Exercise objective
Tally the lines containing "IFCUNITASSIGNMENT" in this data. Respond with the tally alone.

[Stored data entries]
((
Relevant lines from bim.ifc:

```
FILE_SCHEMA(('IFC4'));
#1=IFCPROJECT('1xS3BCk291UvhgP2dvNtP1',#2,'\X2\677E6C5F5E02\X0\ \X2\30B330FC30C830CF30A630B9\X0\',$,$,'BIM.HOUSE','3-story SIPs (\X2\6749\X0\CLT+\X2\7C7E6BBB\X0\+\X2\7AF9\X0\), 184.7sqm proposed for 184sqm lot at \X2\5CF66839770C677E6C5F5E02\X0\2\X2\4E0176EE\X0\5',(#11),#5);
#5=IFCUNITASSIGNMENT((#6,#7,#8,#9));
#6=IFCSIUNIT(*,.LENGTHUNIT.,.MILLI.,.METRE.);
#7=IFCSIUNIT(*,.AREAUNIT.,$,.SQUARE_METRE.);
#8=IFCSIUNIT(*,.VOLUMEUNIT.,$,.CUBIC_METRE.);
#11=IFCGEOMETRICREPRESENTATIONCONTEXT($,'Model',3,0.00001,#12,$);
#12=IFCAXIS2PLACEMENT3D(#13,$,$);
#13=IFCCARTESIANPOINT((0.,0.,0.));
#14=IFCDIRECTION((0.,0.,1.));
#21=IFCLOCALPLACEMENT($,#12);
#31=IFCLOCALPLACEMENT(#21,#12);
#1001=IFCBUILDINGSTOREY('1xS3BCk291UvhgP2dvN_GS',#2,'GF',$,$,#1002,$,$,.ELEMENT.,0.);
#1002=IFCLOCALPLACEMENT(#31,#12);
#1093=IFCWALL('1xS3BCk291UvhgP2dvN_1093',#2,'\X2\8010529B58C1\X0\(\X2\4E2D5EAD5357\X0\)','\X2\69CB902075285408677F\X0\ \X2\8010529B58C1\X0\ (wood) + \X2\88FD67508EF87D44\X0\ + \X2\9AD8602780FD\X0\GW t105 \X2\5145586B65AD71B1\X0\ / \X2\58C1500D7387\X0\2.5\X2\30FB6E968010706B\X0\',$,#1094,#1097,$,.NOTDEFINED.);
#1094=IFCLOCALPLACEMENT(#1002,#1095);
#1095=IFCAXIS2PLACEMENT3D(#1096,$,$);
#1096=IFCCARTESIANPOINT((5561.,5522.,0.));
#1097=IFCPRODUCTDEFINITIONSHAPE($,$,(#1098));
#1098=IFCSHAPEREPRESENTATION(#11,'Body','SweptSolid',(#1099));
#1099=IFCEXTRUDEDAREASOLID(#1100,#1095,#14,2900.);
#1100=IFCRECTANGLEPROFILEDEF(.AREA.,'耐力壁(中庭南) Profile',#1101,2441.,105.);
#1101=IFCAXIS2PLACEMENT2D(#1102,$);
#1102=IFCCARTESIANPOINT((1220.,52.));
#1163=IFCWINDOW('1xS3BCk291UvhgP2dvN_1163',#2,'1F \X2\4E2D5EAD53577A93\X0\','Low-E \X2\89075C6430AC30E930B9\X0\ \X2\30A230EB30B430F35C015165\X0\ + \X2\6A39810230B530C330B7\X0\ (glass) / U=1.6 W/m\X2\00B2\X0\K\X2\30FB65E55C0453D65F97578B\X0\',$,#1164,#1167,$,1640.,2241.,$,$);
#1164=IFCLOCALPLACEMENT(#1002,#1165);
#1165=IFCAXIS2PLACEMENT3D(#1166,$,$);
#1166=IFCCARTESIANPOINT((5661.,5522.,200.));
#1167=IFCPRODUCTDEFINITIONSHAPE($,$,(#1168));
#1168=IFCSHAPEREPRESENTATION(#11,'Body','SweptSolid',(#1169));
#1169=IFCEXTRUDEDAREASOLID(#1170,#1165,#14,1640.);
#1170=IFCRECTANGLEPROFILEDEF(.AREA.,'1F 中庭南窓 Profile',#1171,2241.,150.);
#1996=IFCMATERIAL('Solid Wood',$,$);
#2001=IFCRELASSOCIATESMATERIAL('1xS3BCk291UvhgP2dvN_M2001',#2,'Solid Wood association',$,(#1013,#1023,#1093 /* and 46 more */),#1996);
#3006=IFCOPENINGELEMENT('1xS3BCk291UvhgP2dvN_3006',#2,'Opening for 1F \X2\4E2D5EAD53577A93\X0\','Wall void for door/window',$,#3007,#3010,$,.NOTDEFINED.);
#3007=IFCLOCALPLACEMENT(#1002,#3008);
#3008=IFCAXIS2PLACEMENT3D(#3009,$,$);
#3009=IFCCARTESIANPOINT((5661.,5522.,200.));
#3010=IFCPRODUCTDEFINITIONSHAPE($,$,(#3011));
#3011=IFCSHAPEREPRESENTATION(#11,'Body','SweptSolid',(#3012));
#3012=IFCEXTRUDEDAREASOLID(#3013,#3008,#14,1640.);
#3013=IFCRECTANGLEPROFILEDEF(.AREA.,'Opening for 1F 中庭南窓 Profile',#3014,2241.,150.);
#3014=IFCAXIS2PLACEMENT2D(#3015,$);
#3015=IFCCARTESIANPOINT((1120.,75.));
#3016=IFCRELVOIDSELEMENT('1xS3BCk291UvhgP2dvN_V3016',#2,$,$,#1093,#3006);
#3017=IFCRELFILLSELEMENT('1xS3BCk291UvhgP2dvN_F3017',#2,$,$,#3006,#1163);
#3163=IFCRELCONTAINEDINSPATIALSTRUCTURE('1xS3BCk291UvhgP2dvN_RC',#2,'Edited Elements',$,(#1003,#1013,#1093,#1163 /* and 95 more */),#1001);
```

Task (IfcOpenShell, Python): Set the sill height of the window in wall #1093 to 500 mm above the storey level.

```python
import numpy as np
import ifcopenshell
import ifcopenshell.api.geometry
import ifcopenshell.geom
import ifcopenshell.util.element
import ifcopenshell.util.placement
import ifcopenshell.util.shape
import ifcopenshell.util.unit

model = ifcopenshell.open("bim.ifc")
unit_scale = ifcopenshell.util.unit.calculate_unit_scale(model)

window = model.by_id(1163)
opening = window.FillsVoids[0].RelatingOpeningElement
storey = ifcopenshell.util.element.get_container(window, ifc_class="IfcBuildingStorey")
level = ifcopenshell.util.placement.get_local_placement(storey.ObjectPlacement)[2, 3]

# The opening's origin need not be at the sill, so measure its lowest point.
shape = ifcopenshell.geom.create_shape(ifcopenshell.geom.settings(), opening)
bottom = ifcopenshell.util.shape.get_shape_bottom_elevation(shape, shape.geometry) / unit_scale
dz = level + 500.0 - bottom

shift = np.array([0.0, 0.0, dz])
# The window is not placed relative to its opening, so move both.
for product in (opening, window):
    matrix = ifcopenshell.util.placement.get_local_placement(product.ObjectPlacement)
    matrix[:3, 3] += shift
    ifcopenshell.api.geometry.edit_object_placement(model, product=product, matrix=matrix, is_si=False)

print(f"moved by {dz * unit_scale:+.3f} m")

model.write("bim_v2.ifc")
```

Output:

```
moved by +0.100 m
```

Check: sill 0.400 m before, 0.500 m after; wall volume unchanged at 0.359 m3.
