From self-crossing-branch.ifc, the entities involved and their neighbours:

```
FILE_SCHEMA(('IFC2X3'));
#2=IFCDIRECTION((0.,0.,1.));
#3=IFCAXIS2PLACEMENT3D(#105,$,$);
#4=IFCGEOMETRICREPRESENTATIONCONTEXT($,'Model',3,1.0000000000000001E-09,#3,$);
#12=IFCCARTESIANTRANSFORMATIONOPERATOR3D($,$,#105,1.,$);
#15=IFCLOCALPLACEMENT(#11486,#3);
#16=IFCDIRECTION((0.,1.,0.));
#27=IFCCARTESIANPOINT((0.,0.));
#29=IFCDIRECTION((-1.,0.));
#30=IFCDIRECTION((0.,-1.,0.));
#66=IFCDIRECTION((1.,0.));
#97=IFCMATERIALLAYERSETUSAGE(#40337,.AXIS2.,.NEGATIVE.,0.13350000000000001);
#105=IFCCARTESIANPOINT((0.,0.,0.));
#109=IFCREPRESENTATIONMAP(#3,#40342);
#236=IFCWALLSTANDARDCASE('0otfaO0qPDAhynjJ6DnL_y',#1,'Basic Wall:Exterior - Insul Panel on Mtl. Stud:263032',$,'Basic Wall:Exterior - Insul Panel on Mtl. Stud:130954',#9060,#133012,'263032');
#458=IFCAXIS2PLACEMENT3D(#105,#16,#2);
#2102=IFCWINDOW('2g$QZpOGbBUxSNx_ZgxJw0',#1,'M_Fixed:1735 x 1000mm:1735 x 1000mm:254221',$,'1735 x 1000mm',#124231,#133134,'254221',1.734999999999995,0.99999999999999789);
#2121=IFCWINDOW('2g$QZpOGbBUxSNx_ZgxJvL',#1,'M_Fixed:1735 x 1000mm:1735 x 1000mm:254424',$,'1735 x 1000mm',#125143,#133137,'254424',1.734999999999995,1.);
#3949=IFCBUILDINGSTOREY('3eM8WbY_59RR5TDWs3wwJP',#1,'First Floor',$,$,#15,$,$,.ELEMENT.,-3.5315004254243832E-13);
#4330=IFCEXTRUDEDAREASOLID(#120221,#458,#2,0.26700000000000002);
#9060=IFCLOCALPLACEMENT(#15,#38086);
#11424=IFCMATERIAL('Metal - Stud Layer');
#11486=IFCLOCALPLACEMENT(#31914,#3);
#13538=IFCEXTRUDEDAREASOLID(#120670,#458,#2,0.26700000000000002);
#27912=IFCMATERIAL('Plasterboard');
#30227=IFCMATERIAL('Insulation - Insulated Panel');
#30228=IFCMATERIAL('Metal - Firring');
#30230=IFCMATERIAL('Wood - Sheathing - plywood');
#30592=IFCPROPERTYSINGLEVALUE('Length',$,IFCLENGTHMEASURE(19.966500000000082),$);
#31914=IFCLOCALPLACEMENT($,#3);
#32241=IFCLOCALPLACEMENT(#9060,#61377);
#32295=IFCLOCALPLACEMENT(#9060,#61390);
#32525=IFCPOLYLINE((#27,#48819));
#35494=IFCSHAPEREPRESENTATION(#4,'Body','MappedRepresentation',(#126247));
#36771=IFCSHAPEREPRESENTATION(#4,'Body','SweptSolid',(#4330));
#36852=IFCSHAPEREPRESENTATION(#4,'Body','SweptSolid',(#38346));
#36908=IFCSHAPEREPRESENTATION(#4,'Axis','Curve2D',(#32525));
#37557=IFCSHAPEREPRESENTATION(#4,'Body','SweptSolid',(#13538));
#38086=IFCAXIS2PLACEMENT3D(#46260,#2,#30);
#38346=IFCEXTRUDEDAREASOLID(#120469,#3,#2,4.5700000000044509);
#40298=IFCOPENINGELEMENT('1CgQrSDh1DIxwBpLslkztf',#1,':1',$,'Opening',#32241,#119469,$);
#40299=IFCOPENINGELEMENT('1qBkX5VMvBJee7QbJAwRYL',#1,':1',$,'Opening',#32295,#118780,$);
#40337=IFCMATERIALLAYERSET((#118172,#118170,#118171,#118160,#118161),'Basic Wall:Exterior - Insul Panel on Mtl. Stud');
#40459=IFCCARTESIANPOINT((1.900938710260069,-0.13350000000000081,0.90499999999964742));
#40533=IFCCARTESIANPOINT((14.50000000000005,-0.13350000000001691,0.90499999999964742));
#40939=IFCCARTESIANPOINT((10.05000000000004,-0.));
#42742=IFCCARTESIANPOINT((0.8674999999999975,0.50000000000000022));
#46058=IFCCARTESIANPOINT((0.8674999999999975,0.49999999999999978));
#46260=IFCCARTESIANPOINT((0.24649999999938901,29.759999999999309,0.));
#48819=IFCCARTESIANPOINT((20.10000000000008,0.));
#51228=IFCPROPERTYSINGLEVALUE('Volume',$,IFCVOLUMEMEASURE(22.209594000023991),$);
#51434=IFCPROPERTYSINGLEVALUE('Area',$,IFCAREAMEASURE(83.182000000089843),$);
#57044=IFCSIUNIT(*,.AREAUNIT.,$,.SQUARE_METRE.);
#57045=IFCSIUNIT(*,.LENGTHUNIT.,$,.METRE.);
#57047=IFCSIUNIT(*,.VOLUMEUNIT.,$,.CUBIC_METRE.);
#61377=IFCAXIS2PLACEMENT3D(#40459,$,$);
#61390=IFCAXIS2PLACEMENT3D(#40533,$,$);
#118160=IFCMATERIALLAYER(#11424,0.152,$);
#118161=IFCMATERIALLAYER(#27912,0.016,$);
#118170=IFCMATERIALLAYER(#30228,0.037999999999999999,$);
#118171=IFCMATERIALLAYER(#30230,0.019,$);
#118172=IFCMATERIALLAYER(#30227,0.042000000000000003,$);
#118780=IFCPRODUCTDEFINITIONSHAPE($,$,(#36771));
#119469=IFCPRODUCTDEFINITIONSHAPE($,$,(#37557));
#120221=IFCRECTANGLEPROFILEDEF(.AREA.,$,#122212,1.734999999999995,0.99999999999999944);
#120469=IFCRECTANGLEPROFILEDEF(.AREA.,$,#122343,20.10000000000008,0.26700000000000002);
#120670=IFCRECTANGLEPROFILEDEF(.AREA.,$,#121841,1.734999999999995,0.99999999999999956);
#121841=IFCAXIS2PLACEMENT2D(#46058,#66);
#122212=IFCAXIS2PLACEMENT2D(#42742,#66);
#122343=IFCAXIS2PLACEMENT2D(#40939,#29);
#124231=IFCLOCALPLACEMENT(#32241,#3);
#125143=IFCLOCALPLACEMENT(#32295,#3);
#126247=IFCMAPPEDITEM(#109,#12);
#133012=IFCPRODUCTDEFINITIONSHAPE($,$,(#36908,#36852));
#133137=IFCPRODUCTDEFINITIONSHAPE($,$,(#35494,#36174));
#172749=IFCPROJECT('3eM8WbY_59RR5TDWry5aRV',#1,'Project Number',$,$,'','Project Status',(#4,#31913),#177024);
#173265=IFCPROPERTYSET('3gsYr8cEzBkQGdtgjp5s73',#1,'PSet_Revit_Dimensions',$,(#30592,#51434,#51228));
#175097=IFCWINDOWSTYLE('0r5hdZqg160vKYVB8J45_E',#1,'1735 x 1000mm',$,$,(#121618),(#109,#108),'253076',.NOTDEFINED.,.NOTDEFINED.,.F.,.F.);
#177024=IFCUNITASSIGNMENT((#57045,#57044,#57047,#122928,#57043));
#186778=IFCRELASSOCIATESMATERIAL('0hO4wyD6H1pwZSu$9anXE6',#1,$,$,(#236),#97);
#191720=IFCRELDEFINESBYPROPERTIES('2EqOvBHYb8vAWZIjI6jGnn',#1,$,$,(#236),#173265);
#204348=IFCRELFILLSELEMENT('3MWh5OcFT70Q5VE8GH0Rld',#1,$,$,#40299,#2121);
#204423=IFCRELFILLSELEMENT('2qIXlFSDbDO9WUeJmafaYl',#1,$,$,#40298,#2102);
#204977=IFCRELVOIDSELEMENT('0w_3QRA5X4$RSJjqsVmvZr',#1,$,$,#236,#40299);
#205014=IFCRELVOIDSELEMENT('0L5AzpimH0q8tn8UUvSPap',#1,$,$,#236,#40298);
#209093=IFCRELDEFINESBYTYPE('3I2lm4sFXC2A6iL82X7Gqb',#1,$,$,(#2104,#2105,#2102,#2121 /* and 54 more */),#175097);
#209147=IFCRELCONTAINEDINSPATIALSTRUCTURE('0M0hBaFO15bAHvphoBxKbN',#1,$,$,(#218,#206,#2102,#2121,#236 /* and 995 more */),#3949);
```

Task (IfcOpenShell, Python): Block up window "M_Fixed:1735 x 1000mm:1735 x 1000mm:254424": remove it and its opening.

```python
import ifcopenshell
import ifcopenshell.api.feature
import ifcopenshell.api.pset
import ifcopenshell.api.root
import ifcopenshell.geom
import ifcopenshell.util.element
import ifcopenshell.util.shape
import ifcopenshell.util.unit

model = ifcopenshell.open("self-crossing-branch.ifc")
area_scale = ifcopenshell.util.unit.calculate_unit_scale(model, "AREAUNIT")
volume_scale = ifcopenshell.util.unit.calculate_unit_scale(model, "VOLUMEUNIT")
settings = ifcopenshell.geom.settings()


def volume(element):
    """Net volume in cubic metres, openings subtracted."""
    shape = ifcopenshell.geom.create_shape(settings, element)
    return ifcopenshell.util.shape.get_volume(shape.geometry)


window = model.by_guid("2g$QZpOGbBUxSNx_ZgxJvL")
opening = window.FillsVoids[0].RelatingOpeningElement
wall = opening.VoidsElements[0].RelatingBuildingElement
before = volume(wall)

ifcopenshell.api.root.remove_product(model, product=window)
ifcopenshell.api.feature.remove_feature(model, feature=opening)

after = volume(wall)
thickness = 0.267  # wall thickness in metres

# Update the wall's stored quantities.
pset = model.by_id(ifcopenshell.util.element.get_pset(wall, "PSet_Revit_Dimensions", should_inherit=False)["id"])
ifcopenshell.api.pset.edit_pset(model, pset=pset, properties={
    "Area": model.create_entity("IfcAreaMeasure", after / thickness / area_scale),
    "Volume": model.create_entity("IfcVolumeMeasure", after / volume_scale),
})

print(f"wall volume {before:.3f} -> {after:.3f} m3")

model.write("self-crossing-branch_v2.ifc")
```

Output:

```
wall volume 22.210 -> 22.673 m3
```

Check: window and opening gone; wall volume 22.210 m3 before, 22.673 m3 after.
))
Output of the task
2